Below are the records; count how many of their lines contain the word "sanduiche" and give that number only.
━━━ DATA SUPPLIED ━━━
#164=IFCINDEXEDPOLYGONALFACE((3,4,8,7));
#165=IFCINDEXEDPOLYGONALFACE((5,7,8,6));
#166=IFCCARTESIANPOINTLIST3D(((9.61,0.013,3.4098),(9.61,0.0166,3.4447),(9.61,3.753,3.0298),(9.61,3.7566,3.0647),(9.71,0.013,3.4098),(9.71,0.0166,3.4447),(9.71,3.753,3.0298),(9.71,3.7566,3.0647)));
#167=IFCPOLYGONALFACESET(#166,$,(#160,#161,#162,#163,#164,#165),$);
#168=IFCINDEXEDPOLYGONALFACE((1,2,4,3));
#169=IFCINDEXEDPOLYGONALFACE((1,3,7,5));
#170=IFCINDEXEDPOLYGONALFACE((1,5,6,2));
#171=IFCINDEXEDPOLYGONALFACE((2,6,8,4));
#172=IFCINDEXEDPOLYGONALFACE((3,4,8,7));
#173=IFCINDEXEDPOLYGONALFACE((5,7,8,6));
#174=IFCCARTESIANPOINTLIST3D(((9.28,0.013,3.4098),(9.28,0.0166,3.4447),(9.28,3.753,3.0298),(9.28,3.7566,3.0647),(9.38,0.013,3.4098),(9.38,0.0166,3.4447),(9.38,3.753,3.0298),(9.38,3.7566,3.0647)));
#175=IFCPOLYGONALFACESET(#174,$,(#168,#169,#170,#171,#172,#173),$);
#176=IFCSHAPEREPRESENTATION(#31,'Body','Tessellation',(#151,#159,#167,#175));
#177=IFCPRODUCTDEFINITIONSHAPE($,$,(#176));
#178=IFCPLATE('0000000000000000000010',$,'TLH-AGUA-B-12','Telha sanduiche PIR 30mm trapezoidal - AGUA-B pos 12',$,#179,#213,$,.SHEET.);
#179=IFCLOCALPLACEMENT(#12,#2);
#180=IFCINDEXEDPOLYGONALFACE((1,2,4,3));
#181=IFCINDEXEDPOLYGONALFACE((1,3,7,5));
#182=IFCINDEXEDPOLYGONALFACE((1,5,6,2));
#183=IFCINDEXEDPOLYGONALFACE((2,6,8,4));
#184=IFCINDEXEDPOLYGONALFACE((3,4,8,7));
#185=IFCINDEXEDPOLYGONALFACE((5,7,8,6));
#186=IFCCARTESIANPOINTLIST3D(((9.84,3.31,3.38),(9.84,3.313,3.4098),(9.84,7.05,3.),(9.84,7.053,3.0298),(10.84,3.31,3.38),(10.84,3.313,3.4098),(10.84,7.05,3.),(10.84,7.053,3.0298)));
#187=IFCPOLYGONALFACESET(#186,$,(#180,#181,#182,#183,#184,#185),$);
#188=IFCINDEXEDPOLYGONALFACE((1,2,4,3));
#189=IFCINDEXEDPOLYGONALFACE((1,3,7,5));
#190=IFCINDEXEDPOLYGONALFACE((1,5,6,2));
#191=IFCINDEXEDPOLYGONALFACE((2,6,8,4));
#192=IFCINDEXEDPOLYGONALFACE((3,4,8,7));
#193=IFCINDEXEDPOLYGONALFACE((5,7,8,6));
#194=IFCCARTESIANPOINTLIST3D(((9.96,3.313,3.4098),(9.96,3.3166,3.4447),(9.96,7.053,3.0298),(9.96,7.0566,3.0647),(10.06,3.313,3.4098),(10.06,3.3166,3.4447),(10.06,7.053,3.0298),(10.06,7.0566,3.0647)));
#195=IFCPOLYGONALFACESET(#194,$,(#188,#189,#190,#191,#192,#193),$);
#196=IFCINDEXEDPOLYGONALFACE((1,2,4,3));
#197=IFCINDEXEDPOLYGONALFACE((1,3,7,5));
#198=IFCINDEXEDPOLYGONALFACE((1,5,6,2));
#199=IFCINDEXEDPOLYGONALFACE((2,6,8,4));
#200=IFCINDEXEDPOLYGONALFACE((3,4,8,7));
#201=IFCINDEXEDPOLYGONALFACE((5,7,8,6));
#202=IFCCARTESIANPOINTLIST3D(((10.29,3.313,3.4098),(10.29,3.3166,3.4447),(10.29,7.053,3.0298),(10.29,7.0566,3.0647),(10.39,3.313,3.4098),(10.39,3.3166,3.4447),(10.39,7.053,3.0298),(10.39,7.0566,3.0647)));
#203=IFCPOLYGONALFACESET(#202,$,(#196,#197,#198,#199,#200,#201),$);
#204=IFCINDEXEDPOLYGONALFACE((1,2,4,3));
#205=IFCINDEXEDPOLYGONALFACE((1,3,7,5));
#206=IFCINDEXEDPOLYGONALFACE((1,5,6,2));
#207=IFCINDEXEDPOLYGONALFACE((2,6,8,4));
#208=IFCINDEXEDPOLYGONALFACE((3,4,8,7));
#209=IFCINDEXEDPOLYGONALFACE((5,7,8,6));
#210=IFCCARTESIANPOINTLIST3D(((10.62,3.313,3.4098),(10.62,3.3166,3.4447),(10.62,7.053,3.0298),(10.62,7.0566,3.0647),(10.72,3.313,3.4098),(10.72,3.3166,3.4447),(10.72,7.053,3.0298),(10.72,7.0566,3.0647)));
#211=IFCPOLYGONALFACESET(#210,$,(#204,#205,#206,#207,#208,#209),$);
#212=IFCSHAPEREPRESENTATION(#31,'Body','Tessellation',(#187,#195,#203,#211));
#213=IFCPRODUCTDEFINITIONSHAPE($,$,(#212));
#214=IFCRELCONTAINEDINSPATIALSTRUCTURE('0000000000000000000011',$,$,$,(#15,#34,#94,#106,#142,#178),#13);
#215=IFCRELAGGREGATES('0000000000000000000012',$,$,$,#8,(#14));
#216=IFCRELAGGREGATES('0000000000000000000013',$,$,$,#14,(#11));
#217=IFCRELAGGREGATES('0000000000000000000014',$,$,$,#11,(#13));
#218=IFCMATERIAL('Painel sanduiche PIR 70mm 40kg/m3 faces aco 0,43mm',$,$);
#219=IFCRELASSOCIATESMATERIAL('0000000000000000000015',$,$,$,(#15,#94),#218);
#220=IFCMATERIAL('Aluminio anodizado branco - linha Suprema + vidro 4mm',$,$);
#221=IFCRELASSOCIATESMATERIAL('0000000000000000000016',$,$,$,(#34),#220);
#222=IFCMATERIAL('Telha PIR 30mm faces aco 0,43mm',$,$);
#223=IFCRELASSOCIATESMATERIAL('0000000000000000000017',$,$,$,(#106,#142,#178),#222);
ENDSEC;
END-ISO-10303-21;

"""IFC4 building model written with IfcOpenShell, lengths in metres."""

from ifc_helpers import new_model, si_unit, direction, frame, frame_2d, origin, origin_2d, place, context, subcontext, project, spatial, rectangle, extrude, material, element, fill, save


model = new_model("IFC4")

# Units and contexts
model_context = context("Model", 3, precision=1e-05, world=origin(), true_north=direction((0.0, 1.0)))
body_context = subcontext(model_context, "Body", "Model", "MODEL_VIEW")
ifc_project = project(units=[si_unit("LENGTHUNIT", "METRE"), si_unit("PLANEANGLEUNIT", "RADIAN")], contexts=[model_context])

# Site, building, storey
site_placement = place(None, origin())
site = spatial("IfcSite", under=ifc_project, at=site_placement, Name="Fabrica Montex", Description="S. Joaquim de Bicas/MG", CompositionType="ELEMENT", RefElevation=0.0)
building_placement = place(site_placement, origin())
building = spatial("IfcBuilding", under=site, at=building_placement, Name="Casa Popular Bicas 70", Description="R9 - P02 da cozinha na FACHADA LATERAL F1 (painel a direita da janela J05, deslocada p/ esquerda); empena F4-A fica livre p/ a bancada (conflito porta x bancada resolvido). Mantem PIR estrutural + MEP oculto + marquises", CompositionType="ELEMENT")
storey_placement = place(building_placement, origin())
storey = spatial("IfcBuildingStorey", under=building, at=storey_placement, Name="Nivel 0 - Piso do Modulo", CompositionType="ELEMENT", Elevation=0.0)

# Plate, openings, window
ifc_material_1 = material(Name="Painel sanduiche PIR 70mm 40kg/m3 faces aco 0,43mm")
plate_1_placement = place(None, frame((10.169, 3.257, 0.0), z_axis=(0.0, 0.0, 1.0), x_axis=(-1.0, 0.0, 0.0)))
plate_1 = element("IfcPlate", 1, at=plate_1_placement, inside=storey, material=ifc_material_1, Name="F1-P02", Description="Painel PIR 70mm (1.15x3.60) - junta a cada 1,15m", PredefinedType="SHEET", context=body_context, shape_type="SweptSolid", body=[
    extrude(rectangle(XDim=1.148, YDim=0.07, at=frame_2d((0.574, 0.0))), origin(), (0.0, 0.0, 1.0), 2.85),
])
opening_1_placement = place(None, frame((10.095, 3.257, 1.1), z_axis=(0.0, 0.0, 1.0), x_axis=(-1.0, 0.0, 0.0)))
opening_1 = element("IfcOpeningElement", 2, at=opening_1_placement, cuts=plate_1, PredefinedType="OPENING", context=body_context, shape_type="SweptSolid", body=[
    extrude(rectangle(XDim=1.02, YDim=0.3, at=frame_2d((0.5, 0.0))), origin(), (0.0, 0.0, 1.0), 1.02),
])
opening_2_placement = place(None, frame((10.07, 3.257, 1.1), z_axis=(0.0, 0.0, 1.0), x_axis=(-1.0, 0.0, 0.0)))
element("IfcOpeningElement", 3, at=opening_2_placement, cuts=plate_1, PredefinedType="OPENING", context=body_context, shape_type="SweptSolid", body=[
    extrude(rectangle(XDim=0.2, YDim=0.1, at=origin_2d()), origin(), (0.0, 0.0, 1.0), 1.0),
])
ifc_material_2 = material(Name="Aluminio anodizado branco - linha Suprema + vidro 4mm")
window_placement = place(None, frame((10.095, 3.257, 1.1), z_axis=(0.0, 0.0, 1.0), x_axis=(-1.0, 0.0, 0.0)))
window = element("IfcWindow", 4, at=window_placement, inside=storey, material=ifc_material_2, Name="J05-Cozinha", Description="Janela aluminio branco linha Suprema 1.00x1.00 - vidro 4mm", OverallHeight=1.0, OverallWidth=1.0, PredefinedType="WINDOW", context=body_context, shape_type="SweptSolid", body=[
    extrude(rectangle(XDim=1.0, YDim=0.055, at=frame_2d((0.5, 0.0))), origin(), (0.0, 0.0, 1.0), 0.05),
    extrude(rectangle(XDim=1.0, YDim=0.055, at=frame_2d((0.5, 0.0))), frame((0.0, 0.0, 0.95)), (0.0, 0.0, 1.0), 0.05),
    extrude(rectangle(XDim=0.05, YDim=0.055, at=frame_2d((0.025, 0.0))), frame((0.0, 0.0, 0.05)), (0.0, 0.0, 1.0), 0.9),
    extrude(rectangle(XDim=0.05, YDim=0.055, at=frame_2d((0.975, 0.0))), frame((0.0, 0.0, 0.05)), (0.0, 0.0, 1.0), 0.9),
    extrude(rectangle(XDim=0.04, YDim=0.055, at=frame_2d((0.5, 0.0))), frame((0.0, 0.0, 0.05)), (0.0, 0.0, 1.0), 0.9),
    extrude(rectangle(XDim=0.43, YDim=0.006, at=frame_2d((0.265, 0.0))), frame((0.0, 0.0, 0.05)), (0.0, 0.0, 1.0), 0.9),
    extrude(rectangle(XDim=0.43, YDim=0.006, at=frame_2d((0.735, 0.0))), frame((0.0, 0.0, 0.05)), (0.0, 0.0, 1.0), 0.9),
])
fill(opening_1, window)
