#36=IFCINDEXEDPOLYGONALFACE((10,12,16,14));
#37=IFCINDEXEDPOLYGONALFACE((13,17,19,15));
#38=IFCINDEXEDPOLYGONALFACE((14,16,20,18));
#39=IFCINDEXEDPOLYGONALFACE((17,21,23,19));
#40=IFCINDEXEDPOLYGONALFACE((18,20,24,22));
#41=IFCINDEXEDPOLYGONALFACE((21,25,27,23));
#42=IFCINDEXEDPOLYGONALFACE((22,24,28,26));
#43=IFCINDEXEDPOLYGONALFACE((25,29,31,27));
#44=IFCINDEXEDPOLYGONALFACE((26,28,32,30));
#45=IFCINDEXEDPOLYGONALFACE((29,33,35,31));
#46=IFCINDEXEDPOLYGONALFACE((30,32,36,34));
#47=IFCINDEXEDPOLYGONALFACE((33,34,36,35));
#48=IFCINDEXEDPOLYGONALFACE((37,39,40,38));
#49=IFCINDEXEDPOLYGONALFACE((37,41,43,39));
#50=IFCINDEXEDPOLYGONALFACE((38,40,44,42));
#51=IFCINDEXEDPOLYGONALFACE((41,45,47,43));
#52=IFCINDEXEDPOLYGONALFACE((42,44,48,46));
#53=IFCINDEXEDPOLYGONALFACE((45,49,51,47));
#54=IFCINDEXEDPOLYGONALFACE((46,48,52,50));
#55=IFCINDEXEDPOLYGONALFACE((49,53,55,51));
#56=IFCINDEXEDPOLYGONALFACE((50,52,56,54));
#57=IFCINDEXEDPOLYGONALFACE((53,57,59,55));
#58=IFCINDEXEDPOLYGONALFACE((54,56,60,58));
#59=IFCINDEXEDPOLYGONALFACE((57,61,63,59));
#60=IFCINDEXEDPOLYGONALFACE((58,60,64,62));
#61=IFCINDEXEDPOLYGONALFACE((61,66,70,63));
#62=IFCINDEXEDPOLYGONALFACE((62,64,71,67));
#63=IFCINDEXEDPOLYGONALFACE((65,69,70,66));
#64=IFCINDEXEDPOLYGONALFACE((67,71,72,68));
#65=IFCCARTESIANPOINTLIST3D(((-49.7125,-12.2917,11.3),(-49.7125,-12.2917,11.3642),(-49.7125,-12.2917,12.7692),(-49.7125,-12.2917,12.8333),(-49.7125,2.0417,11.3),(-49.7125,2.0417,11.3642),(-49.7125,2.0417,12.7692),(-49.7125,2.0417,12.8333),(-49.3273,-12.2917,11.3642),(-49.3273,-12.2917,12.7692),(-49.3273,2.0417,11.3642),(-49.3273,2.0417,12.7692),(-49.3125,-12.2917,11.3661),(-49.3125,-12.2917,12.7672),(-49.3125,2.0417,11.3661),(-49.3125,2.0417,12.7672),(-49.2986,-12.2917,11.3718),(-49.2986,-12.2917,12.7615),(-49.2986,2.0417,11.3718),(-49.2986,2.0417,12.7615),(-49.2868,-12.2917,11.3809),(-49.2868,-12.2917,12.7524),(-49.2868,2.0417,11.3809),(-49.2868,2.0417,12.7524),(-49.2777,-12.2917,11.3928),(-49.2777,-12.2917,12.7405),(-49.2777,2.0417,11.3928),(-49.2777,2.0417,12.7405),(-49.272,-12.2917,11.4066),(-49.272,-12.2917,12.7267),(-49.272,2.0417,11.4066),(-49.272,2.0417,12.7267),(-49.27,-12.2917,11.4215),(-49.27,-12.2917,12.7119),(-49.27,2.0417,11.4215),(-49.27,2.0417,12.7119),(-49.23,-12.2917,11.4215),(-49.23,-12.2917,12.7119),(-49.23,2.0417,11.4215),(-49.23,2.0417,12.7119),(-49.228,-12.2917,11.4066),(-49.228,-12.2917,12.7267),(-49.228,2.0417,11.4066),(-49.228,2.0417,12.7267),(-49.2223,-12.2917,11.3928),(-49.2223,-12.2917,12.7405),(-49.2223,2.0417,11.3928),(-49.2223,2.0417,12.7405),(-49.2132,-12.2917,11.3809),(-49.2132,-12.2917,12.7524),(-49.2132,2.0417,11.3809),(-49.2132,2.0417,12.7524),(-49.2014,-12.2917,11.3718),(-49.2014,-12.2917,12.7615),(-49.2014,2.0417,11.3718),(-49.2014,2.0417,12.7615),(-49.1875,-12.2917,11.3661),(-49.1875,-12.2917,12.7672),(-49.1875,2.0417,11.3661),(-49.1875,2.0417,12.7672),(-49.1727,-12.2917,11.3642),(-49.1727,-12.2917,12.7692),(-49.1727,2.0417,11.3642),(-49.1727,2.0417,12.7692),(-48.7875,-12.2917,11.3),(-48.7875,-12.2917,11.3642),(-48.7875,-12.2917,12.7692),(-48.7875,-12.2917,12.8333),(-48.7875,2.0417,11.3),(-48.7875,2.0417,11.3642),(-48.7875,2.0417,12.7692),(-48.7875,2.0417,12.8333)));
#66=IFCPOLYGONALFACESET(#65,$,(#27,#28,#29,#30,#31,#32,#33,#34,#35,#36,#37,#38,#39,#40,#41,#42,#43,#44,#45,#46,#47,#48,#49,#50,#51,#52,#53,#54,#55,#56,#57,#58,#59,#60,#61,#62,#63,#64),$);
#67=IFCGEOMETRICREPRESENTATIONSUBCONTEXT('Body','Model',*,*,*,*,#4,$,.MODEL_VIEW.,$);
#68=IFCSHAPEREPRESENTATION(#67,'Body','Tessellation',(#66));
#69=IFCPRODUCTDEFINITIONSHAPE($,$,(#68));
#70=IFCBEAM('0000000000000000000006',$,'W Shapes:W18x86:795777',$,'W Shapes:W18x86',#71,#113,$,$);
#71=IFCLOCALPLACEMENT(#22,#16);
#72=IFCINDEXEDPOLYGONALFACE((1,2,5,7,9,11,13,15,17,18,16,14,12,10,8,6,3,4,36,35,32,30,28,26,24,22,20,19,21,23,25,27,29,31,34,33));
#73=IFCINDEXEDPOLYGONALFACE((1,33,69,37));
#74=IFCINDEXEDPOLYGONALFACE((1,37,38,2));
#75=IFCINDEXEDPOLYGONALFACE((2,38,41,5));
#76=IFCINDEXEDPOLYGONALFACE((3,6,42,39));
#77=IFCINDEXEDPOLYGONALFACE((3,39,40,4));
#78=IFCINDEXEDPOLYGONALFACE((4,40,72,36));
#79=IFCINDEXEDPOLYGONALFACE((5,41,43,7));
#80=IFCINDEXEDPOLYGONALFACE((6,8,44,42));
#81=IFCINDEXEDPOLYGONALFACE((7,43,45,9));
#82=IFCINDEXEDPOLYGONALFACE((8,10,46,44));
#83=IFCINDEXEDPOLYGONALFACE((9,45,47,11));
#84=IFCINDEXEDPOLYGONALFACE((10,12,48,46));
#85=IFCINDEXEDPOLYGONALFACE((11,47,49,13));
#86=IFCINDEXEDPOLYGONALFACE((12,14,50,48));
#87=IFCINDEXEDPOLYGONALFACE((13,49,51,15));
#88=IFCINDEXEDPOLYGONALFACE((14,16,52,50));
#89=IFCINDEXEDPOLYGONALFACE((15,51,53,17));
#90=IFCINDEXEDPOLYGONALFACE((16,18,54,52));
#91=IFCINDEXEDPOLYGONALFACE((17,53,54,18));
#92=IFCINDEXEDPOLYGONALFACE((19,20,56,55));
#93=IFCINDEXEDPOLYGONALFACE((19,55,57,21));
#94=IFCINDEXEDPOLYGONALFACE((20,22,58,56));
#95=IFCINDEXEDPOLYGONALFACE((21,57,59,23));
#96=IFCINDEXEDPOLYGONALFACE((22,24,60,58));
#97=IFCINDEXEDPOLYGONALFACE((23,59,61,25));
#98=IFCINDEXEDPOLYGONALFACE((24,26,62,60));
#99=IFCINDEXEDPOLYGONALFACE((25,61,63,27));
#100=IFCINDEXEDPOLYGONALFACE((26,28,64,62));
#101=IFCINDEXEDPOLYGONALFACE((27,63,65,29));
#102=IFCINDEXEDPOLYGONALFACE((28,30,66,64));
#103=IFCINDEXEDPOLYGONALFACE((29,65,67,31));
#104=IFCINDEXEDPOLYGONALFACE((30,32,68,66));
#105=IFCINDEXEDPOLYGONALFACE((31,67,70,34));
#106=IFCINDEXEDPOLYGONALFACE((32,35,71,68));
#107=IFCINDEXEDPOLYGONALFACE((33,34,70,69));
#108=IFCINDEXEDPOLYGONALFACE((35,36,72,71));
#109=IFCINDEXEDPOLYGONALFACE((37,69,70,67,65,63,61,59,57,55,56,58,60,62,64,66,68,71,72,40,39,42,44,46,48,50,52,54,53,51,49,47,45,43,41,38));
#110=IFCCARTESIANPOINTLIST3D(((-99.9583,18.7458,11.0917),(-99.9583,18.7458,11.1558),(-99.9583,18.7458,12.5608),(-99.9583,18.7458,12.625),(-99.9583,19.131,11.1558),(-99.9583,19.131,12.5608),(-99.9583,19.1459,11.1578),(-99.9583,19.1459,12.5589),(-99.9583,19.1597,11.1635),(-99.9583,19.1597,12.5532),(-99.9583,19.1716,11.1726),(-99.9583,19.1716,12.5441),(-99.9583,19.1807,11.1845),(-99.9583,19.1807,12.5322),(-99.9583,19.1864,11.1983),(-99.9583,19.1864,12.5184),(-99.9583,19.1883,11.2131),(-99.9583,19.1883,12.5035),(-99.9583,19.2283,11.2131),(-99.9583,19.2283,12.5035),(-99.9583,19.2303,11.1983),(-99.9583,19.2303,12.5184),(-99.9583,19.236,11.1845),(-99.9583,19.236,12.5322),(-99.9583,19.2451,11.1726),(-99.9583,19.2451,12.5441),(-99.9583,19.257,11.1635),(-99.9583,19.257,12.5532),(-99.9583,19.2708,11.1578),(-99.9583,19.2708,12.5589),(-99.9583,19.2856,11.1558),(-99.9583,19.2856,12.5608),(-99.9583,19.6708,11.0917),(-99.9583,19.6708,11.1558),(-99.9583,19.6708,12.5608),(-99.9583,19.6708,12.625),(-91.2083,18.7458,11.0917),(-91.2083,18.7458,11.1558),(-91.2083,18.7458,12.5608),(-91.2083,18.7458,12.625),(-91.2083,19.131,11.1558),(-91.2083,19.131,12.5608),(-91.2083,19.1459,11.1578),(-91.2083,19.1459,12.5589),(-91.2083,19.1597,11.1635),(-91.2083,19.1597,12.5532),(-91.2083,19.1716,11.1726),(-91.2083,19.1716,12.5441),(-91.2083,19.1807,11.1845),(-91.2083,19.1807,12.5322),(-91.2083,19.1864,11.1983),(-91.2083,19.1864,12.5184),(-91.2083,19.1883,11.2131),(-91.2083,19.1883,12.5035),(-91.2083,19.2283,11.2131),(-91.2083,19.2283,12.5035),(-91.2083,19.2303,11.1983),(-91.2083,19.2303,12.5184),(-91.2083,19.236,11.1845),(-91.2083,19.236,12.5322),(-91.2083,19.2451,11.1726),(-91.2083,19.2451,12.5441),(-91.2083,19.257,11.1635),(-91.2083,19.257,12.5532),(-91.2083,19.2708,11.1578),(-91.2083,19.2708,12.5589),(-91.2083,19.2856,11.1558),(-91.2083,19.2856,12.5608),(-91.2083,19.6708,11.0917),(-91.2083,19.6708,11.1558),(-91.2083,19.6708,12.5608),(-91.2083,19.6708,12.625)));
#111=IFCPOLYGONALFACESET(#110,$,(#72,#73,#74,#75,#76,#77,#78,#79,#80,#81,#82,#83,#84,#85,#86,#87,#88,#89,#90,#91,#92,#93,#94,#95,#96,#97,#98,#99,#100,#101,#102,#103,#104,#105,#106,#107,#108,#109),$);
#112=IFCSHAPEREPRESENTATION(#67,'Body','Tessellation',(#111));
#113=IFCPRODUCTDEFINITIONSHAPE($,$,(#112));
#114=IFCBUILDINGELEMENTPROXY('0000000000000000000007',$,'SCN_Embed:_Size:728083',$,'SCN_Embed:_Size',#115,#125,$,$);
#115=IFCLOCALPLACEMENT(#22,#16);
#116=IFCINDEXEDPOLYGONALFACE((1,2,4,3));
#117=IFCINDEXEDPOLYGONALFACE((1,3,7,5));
━━━
**RESULT BELOW:** 3